Reactions: Like 1 | Agree 2 | Winner 1 | Funny 1


----------



## alex1501 (25/6/20)

The place of love for green and red, really?

Reactions: Agree 3 | Winner 1 | Funny 3


----------



## Snape of Vape (25/6/20)

Ugh, hoping that they still sell concentrates to DIY

Reactions: Like 4


----------



## GerharddP (25/6/20)

So how Dutch law works is as follows...to each their own. 

In other words you can do allmost anything you want but if you affect society in a negative manner then they step in. "De gemeente moet geen last van jouw hebben".

This means that you cant buy "pre mixed" flavoured liquids but that you are able to buy everything you need to mix your own. Thats also why sex and drugs are "legal" but if you make an arse of yourself you get punished very harshly for it.

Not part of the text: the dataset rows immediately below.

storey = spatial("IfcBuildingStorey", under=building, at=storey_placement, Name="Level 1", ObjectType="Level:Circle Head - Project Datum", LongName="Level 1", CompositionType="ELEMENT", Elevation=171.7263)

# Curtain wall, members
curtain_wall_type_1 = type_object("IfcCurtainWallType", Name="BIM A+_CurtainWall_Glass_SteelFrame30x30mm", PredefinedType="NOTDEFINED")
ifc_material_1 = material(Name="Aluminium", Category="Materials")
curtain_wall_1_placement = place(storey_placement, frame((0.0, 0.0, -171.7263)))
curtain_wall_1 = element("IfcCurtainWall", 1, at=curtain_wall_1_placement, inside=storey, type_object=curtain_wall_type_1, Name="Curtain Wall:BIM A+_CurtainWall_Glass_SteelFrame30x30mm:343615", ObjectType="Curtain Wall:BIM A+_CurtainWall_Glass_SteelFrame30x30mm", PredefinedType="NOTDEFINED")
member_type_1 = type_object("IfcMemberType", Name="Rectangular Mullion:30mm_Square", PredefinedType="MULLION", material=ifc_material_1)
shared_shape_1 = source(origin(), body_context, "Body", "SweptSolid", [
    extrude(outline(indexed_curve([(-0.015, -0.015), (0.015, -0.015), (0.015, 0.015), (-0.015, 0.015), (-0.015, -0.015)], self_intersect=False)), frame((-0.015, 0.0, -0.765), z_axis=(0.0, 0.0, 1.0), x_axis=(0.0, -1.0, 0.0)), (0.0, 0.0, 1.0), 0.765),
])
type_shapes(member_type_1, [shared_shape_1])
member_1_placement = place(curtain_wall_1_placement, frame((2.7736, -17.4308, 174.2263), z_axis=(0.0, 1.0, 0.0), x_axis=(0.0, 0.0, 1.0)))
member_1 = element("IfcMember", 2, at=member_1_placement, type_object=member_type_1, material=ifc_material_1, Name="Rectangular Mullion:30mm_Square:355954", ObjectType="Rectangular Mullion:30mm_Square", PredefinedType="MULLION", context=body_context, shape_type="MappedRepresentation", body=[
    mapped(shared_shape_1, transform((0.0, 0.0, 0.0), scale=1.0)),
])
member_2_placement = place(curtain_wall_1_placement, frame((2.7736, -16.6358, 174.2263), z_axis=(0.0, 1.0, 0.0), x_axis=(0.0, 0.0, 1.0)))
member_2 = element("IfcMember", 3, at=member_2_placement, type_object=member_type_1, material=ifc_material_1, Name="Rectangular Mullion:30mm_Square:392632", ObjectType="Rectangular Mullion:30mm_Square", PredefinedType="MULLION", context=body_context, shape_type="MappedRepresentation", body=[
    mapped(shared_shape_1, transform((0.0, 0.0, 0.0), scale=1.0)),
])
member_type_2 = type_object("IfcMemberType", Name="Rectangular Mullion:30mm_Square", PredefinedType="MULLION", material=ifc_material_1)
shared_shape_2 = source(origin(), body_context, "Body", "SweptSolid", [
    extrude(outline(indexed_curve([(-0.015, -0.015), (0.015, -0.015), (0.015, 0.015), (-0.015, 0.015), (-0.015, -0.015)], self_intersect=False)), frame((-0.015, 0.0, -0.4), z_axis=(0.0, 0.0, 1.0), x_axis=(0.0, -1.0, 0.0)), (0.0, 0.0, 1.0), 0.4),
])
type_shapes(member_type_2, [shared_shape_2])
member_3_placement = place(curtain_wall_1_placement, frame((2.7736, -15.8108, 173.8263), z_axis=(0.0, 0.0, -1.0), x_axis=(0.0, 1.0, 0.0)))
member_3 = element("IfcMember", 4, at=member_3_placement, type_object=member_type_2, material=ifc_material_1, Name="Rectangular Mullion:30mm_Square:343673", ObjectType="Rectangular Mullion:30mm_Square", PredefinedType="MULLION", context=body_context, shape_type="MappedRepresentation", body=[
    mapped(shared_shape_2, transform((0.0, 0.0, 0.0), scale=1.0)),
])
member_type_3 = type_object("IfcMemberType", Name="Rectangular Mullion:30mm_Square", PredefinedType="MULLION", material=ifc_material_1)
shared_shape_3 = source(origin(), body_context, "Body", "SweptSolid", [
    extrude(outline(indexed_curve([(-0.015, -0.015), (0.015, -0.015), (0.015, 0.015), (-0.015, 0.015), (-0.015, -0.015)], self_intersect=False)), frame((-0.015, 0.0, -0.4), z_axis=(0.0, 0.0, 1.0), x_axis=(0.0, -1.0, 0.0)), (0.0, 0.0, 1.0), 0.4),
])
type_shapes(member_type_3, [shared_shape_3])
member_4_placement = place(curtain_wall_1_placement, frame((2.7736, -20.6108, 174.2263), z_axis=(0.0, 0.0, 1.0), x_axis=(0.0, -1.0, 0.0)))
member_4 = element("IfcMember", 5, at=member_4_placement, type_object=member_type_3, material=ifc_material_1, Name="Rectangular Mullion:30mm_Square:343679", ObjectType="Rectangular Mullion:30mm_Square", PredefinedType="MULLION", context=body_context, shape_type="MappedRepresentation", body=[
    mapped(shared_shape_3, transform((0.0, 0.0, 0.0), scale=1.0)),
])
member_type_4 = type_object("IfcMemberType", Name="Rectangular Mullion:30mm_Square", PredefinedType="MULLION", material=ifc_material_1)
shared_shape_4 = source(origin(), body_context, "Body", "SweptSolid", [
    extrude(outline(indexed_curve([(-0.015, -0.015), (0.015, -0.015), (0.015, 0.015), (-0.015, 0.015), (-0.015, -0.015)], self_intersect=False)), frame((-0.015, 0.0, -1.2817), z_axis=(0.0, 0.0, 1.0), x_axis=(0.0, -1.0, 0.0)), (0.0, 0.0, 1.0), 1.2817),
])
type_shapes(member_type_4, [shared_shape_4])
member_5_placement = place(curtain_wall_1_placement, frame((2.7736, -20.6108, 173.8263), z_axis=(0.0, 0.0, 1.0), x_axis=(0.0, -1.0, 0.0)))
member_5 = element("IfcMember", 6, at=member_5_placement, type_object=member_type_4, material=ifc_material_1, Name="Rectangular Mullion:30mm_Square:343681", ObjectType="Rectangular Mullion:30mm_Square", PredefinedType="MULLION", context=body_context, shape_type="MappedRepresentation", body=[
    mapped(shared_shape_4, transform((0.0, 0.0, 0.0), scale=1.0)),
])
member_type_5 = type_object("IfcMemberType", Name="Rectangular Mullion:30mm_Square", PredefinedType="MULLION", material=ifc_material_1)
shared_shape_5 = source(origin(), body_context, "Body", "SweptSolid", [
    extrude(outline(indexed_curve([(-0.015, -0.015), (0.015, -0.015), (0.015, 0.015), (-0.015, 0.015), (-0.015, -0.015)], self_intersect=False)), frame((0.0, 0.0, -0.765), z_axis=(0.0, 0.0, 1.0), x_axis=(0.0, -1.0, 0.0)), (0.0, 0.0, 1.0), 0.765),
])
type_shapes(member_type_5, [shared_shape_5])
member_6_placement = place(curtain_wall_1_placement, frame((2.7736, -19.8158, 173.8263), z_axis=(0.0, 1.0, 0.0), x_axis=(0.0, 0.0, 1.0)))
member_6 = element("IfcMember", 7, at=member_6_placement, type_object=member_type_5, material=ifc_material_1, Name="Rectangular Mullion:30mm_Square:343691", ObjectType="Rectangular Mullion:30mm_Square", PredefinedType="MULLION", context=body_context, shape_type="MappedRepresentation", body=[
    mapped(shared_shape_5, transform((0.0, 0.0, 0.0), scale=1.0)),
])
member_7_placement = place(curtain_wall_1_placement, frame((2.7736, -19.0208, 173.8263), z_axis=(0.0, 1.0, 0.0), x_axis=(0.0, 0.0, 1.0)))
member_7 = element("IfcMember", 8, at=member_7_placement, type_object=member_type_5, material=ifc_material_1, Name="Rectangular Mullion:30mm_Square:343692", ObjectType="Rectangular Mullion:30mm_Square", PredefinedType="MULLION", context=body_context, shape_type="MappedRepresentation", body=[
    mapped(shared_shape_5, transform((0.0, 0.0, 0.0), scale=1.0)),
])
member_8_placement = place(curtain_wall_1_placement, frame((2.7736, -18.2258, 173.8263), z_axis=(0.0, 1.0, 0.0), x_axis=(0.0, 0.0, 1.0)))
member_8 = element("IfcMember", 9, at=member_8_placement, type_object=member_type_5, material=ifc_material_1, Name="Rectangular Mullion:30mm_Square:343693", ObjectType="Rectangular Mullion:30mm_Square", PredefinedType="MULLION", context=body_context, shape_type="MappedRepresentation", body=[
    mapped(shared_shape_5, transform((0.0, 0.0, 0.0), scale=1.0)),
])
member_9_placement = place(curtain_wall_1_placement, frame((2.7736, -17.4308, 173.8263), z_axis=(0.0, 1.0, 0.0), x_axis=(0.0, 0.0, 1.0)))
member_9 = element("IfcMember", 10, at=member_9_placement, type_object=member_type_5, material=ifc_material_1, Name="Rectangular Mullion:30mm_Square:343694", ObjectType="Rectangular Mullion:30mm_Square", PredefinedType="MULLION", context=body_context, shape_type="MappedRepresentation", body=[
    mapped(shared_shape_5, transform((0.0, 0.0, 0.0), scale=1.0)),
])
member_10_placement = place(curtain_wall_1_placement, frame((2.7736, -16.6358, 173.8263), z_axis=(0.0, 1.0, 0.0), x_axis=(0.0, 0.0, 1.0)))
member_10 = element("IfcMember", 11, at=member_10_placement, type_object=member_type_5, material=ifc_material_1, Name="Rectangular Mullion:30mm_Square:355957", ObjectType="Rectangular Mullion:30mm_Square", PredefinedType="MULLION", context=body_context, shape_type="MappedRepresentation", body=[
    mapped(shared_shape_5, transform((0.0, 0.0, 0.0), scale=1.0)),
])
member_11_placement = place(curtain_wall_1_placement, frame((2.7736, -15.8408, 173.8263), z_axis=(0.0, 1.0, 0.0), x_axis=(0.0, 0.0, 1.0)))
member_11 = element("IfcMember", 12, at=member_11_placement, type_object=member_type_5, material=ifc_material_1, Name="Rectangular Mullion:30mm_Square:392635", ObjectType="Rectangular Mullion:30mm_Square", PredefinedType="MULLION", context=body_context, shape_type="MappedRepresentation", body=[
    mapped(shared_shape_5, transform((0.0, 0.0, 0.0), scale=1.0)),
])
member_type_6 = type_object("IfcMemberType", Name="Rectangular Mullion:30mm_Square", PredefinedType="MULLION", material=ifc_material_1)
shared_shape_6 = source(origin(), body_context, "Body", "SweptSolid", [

Reactions: Like 3 | Winner 5 | Informative 4


----------



## CJB85 (26/6/20)

GerharddP said:


> So how Dutch law works is as follows...to each their own.
> 
> In other words you can do allmost anything you want but if you affect society in a negative manner then they step in. "De gemeente moet geen last van jouw hebben".
> 
> This means that you cant buy "pre mixed" flavoured liquids but that you are able to buy everything you need to mix your own. Thats also why sex and drugs are "legal" but if you make an arse of yourself you get punished very harshly for it.


I can get behind something like this then. It means that teenagers won't get flavoured liquids at the corner store, but adults will still be able to mix their own at home.

Reactions: Like 3 | Agree 2


----------



## Stranger (26/6/20)

Does this mean that I will get in trouble when I get my neighbors 10 year old to mix my stuff, theoretically speaking of course.

Reactions: Funny 7


----------



## CJB85 (26/6/20)

Stranger said:


> Does this mean that I will get in trouble when I get my neighbors 10 year old to mix my stuff, theoretically speaking of course.


He is allowed to mix the base and nicotine for you, but you must add the Strawberry yourself!

Reactions: Like 1 | Funny 3


----------



## GerharddP (26/6/20)

Well the law states that parents are responsible for their children thus if you allow your kids to do what they please you will eventually also have to deal with the consiquences of their actions....letting the neighbors kid do that, endangerment of a minor.

Dutch law is more grey than black or white..

Reactions: Like 3 | Winner 1


----------



## Timwis (26/6/20)

We are talking about the most liberal country in the world here where practically anything is allowed or a blind eye turned too, maybe it's that liberal approach in the first place that brought this on, 27% of 12 to 16 year old's using e-cigarettes it quite shocking!

Reactions: Like 2


----------



## CJB85 (26/6/20)

Timwis said:


> We are talking about the most liberal country in the world here where practically anything is allowed or a blind eye turned too, maybe it's that liberal approach in the first place that brought this on, 27% of 12 to 16 year old's using e-cigarettes it quite shocking!


While that is true, none of these “so many kids have used a vape” studies mention how many don’t smoke because of it... I smoked as a schoolboy and there were MANY of us. I’m in no way saying kids should vape , I wish I never touched a cigarette, but the one is simply replacing the other. I’d wager that most of these “vaping teens” would be “teen smokers” if vaping didn’t exist. I would have proposed an age restriction on both tobacco and e-cigarettes with SEVERE penalties for anyone supplying either to a minor... like immediate closure of the store and jail time for the owner and staff involved. It needs to be so harsh that no one would ever consider selling to a minor.

Reactions: Agree 4


----------



## Timwis (26/6/20)

CJB85 said:


> While that is true, none of these “so many kids have used a vape” studies mention how many don’t smoke because of it... I smoked as a schoolboy and there were MANY of us. I’m in no way saying kids should vape , I wish I never touched a cigarette, but the one is simply replacing the other. I’d wager that most of these “vaping teens” would be “teen smokers” if vaping didn’t exist. I would have proposed an age restriction on both tobacco and e-cigarettes with SEVERE penalties for anyone supplying either to a minor... like immediate closure of the store and jail time for the owner and staff involved. It needs to be so harsh that no one would ever consider selling to a minor.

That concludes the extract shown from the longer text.